Biological Psychology: Brain Structure and Aggression

Limbic System

  • Hypothalamus: Regulates hormones, sleep, mood, hunger, thirst, sexual arousal, blood pressure, body temperature, and heart rate.

  • Thalamus: Processes sensory information and aids memory, planning, and emotions.

  • Hippocampus: Responsible for forming new memories.

  • Amygdala: Influences emotions (anxiety, anger, fear), memory, social interpretations, and responses to environmental threats.

    • Coccaro et al (2007) found high amygdala activity in individuals with intermittent explosive disorder when viewing angry faces.

Prefrontal Cortex

  • The orbitofrontal cortex (OFC) works with the amygdala in aggression.
  • The OFC is involved in rational thinking, decision making, self-control, impulse regulation, and inhibiting aggressive behavior.
  • Reduced OFC activity is seen in psychiatric patients with violent tendencies.

Serotonin

  • Serotonin is an inhibitory neurotransmitter that slows down neural activity.

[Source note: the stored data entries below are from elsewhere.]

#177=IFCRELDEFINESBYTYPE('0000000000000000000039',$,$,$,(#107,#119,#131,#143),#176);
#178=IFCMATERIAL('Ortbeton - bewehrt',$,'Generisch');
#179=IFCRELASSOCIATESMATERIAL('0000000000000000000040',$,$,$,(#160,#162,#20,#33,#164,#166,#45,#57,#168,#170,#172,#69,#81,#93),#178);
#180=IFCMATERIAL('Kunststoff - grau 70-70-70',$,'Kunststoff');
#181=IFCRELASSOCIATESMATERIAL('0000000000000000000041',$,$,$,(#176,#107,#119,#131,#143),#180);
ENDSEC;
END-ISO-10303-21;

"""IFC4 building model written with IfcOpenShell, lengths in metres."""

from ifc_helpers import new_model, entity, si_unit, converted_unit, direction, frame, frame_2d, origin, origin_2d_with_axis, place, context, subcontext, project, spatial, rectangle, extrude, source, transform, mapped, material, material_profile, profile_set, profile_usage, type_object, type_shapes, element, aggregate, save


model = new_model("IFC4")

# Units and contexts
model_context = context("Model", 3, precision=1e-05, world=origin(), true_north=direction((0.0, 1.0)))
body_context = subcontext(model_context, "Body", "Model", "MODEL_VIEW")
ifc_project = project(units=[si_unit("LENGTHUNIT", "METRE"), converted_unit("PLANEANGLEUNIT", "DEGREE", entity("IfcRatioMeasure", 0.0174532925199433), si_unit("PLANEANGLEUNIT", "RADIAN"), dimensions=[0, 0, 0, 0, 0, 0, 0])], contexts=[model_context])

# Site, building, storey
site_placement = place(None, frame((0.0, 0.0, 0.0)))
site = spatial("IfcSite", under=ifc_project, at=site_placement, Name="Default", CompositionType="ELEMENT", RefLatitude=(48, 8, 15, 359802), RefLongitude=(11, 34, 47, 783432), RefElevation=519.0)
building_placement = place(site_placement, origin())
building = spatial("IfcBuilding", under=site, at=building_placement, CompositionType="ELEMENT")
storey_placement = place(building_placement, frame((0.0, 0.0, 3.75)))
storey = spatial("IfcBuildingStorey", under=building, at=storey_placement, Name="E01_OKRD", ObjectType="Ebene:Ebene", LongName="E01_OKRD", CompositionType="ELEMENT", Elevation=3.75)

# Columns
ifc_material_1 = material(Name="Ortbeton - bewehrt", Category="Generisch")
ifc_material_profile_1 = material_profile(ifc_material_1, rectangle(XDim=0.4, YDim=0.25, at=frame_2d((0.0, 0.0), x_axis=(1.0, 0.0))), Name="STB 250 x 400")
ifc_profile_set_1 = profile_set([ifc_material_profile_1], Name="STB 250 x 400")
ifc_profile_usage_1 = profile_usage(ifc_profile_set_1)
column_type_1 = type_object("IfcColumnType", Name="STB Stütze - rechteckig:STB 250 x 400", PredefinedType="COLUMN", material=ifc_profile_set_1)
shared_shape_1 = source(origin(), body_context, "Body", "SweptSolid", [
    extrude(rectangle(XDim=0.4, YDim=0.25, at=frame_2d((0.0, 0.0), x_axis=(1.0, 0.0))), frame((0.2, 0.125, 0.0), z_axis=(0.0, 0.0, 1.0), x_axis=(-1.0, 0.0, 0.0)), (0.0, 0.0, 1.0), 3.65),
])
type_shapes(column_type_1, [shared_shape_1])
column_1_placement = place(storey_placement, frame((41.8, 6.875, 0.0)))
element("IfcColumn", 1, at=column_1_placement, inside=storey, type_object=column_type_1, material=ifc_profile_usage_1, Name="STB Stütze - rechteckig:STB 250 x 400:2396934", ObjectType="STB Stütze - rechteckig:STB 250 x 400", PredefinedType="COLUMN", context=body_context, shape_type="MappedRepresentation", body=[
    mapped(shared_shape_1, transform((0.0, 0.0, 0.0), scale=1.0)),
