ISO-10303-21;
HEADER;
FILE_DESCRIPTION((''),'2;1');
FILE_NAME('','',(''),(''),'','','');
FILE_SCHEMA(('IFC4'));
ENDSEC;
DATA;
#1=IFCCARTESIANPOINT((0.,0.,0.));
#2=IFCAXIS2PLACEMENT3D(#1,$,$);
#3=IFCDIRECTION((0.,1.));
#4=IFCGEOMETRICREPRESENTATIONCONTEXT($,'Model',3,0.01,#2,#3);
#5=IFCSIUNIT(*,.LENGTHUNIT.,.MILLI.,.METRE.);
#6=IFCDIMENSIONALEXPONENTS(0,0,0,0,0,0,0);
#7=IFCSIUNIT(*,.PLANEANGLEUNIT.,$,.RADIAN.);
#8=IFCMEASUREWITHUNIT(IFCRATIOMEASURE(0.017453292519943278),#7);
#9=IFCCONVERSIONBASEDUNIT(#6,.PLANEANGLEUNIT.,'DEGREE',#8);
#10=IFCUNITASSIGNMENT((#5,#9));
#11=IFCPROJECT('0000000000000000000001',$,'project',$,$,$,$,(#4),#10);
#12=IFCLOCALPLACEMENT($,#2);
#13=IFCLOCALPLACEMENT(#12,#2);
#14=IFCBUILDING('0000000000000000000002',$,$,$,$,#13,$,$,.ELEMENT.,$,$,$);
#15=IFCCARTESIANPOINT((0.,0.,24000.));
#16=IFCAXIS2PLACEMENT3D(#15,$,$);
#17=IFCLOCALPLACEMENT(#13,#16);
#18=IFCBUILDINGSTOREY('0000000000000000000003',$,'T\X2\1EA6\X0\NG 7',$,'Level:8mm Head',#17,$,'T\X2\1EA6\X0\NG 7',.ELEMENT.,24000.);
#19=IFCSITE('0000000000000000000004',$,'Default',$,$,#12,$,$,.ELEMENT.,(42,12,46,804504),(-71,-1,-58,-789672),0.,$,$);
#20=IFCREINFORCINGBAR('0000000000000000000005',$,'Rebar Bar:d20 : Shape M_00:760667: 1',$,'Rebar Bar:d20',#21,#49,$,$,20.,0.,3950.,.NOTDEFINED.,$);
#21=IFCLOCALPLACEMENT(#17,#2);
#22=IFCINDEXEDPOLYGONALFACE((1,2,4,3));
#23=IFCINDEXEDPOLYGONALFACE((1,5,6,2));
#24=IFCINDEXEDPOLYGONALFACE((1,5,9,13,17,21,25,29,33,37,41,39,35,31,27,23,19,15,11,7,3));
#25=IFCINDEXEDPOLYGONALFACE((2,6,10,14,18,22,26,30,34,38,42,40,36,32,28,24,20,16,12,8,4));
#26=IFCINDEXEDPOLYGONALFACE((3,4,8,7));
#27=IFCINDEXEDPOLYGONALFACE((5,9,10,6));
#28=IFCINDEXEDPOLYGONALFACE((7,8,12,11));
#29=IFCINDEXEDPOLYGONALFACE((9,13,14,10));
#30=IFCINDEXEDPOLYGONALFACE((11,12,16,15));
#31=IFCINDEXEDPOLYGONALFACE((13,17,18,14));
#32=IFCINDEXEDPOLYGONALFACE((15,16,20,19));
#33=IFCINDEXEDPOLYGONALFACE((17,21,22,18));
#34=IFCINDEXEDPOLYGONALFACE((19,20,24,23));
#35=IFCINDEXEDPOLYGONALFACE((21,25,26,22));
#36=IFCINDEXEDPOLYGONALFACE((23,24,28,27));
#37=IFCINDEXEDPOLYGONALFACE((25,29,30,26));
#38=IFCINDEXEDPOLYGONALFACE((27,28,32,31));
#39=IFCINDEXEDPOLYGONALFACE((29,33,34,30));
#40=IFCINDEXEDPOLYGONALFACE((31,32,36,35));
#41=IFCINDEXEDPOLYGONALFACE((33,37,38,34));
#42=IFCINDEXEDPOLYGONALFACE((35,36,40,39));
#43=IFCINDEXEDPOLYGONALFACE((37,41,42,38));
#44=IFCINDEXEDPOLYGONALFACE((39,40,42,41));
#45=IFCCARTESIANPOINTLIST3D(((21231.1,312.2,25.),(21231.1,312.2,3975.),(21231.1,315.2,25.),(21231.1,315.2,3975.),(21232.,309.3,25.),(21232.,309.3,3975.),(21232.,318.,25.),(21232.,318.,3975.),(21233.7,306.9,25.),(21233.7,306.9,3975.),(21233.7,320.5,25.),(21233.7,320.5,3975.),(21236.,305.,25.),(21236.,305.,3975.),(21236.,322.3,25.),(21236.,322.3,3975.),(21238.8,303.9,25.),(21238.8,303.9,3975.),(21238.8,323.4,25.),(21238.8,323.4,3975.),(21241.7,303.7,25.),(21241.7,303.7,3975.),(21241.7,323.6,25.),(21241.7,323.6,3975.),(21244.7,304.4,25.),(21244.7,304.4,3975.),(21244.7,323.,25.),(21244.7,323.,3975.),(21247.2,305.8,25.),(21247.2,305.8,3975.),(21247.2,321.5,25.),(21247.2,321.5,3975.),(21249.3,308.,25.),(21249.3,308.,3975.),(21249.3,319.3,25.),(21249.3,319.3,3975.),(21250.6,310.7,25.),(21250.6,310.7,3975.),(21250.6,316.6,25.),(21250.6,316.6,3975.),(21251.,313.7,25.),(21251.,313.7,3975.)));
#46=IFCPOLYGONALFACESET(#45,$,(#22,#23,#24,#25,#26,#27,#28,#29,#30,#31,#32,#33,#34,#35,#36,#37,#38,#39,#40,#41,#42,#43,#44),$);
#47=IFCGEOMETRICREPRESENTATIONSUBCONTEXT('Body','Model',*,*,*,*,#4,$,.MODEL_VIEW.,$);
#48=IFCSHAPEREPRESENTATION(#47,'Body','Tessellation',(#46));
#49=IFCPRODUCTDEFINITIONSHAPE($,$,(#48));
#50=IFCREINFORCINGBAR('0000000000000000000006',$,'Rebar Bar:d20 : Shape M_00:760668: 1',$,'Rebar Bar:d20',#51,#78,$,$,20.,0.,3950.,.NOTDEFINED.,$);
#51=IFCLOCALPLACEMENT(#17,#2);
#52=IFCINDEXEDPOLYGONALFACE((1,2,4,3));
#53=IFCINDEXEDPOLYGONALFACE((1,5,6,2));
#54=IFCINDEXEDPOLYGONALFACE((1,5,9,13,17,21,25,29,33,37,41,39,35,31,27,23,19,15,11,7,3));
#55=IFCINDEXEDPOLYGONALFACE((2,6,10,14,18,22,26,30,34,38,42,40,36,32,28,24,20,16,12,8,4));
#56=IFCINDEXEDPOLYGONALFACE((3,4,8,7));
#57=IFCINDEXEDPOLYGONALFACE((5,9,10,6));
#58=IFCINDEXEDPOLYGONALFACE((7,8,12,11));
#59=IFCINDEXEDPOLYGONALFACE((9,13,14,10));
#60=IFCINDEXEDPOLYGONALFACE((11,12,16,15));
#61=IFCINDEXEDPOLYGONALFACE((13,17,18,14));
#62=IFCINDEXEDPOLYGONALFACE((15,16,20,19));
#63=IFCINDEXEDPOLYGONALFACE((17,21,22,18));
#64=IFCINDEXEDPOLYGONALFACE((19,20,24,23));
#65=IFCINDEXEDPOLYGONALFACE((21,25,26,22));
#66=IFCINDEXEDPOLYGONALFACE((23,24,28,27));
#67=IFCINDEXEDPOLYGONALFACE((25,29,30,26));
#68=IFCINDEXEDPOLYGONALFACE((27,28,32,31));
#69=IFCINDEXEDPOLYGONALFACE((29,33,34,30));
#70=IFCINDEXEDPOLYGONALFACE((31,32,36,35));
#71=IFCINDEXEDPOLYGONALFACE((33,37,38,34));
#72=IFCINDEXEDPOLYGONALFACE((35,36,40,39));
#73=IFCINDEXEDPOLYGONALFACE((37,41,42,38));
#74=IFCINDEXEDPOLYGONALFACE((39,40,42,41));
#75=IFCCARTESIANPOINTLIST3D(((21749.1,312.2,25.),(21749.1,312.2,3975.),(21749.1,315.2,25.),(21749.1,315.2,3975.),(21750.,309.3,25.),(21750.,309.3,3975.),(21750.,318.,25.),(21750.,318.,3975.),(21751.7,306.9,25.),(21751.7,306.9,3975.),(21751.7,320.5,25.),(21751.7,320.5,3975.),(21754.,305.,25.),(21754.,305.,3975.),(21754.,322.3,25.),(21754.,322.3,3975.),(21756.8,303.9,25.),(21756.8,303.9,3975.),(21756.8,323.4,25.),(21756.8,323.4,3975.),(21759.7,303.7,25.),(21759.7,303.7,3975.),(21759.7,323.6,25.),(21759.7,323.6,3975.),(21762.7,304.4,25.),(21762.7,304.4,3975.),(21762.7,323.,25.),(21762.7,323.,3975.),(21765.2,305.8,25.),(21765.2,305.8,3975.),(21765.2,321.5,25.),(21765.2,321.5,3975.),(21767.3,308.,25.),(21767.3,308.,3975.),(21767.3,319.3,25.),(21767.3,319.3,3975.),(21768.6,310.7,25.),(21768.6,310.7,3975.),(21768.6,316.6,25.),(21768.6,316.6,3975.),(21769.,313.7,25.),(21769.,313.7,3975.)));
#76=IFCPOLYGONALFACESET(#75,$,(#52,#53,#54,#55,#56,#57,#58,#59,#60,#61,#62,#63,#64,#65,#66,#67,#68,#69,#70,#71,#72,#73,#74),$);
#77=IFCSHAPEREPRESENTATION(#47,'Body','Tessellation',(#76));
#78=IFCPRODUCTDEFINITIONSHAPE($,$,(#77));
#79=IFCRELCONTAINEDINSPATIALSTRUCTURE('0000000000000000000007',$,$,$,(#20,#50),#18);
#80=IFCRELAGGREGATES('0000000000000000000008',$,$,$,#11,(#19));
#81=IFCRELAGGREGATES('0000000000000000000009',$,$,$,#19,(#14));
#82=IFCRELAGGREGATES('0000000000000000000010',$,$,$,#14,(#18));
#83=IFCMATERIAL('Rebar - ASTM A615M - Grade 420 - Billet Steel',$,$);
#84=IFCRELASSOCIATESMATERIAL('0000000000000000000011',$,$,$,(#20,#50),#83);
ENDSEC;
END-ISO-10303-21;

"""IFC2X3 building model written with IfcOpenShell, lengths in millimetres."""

from ifc_helpers import new_model, entity, si_unit, converted_unit, direction, frame, origin, place, context, subcontext, project, spatial, material, element, save


model = new_model("IFC2X3")

# Units and contexts
model_context = context("Model", 3, precision=0.01, world=origin(), true_north=direction((0.0, 1.0)))
body_context = subcontext(model_context, "Body", "Model", "MODEL_VIEW")
ifc_project = project(units=[si_unit("LENGTHUNIT", "METRE", prefix="MILLI"), converted_unit("PLANEANGLEUNIT", "DEGREE", entity("IfcRatioMeasure", 0.017453292519943278), si_unit("PLANEANGLEUNIT", "RADIAN"), dimensions=[0, 0, 0, 0, 0, 0, 0])], contexts=[model_context])

# Site, building, storey
site_placement = place(None, origin())
site = spatial("IfcSite", under=ifc_project, at=site_placement, Name="Default", CompositionType="ELEMENT", RefLatitude=(42, 12, 46, 804504), RefLongitude=(-71, -1, -58, -789672), RefElevation=0.0)
building_placement = place(site_placement, origin())
building = spatial("IfcBuilding", under=site, at=building_placement, CompositionType="ELEMENT")
storey_placement = place(building_placement, frame((0.0, 0.0, 24000.0)))
storey = spatial("IfcBuildingStorey", under=building, at=storey_placement, Name="TẦNG 7", ObjectType="Level:8mm Head", LongName="TẦNG 7", CompositionType="ELEMENT", Elevation=24000.0)

# Reinforcing bars
ifc_material = material(Name="Rebar - ASTM A615M - Grade 420 - Billet Steel")
reinforcing_bar_1_placement = place(storey_placement, origin())
element("IfcReinforcingBar", 1, at=reinforcing_bar_1_placement, inside=storey, material=ifc_material, Name="Rebar Bar:d20 : Shape M_00:760667: 1", ObjectType="Rebar Bar:d20", BarLength=3950.0, BarRole="NOTDEFINED", CrossSectionArea=0.0, NominalDiameter=20.0, context=body_context, shape_type="AdvancedSweptSolid", body=[
    entity("IfcSweptDiskSolid", entity("IfcCompositeCurve", [entity("IfcCompositeCurveSegment", "CONTINUOUS", True, entity("IfcPolyline", [entity("IfcCartesianPoint", [21241.0, 313.7, 25.0]), entity("IfcCartesianPoint", [21241.0, 313.7, 3975.0])]))], False), 10.0, None, 0.0, 1.0),
])
reinforcing_bar_2_placement = place(storey_placement, origin())
element("IfcReinforcingBar", 2, at=reinforcing_bar_2_placement, inside=storey, material=ifc_material, Name="Rebar Bar:d20 : Shape M_00:760668: 1", ObjectType="Rebar Bar:d20", BarLength=3950.0, BarRole="NOTDEFINED", CrossSectionArea=0.0, NominalDiameter=20.0, context=body_context, shape_type="AdvancedSweptSolid", body=[
    entity("IfcSweptDiskSolid", entity("IfcCompositeCurve", [entity("IfcCompositeCurveSegment", "CONTINUOUS", True, entity("IfcPolyline", [entity("IfcCartesianPoint", [21759.0, 313.7, 25.0]), entity("IfcCartesianPoint", [21759.0, 313.7, 3975.0])]))], False), 10.0, None, 0.0, 1.0),
])

save(model, "model.ifc")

  • Normal serotonin levels in the OFC support self-control.

  • Decreased serotonin levels can lead to reduced self-control and impulsive aggression.

    • Virkkunen et al (1995) found higher levels of a serotonin breakdown product in the cerebrospinal fluid of violent, impulsive offenders.

Dopamine

  • Dopamine is both an inhibitory and excitatory neurotransmitter that regulates motivated behavior and reward experiences.

    • Dongju Seo et al (2008) proposed that serotonin underactivity stimulates dopamine overactivity which are both linked to impulsivity and aggression.

Evaluation of Biological Research into Aggression

  • Strengths
    • Pardini (2014): Amygdala volume negatively correlated with aggression after controlling extraneous variables.
    • Raine (1997): Classic study establishes link between brain activity and murders
    • Animal research: Electrical stimulation of the hypothalamus can result in aggressive behaviour (Andy and Velamati, 1978)
    • Application: Developing drugs (serenics) to modify serotonin levels could reduce aggressive behavior.
    • Brain scanning technology: PET and fMRI scans are objective methods of measuring brain activity.
    • Case studies (Charles Whitman, Phineas Gage) support the link between brain damage and behavioral changes.
  • Weaknesses
    • Reductionist: Ignores social, environmental, and psychological factors.
    • Animal studies: Findings may not generalize to humans.
    • Correlational: Ethical constraints limit experimental research, making it difficult to establish causation.
    • Brain scanning technology: Low ecological validity
    • Counterargument: Drugs that increase serotonin activity (e.g. paroxetine) resulted in participants giving fewer and less intense shocks to others (Berman, 2009).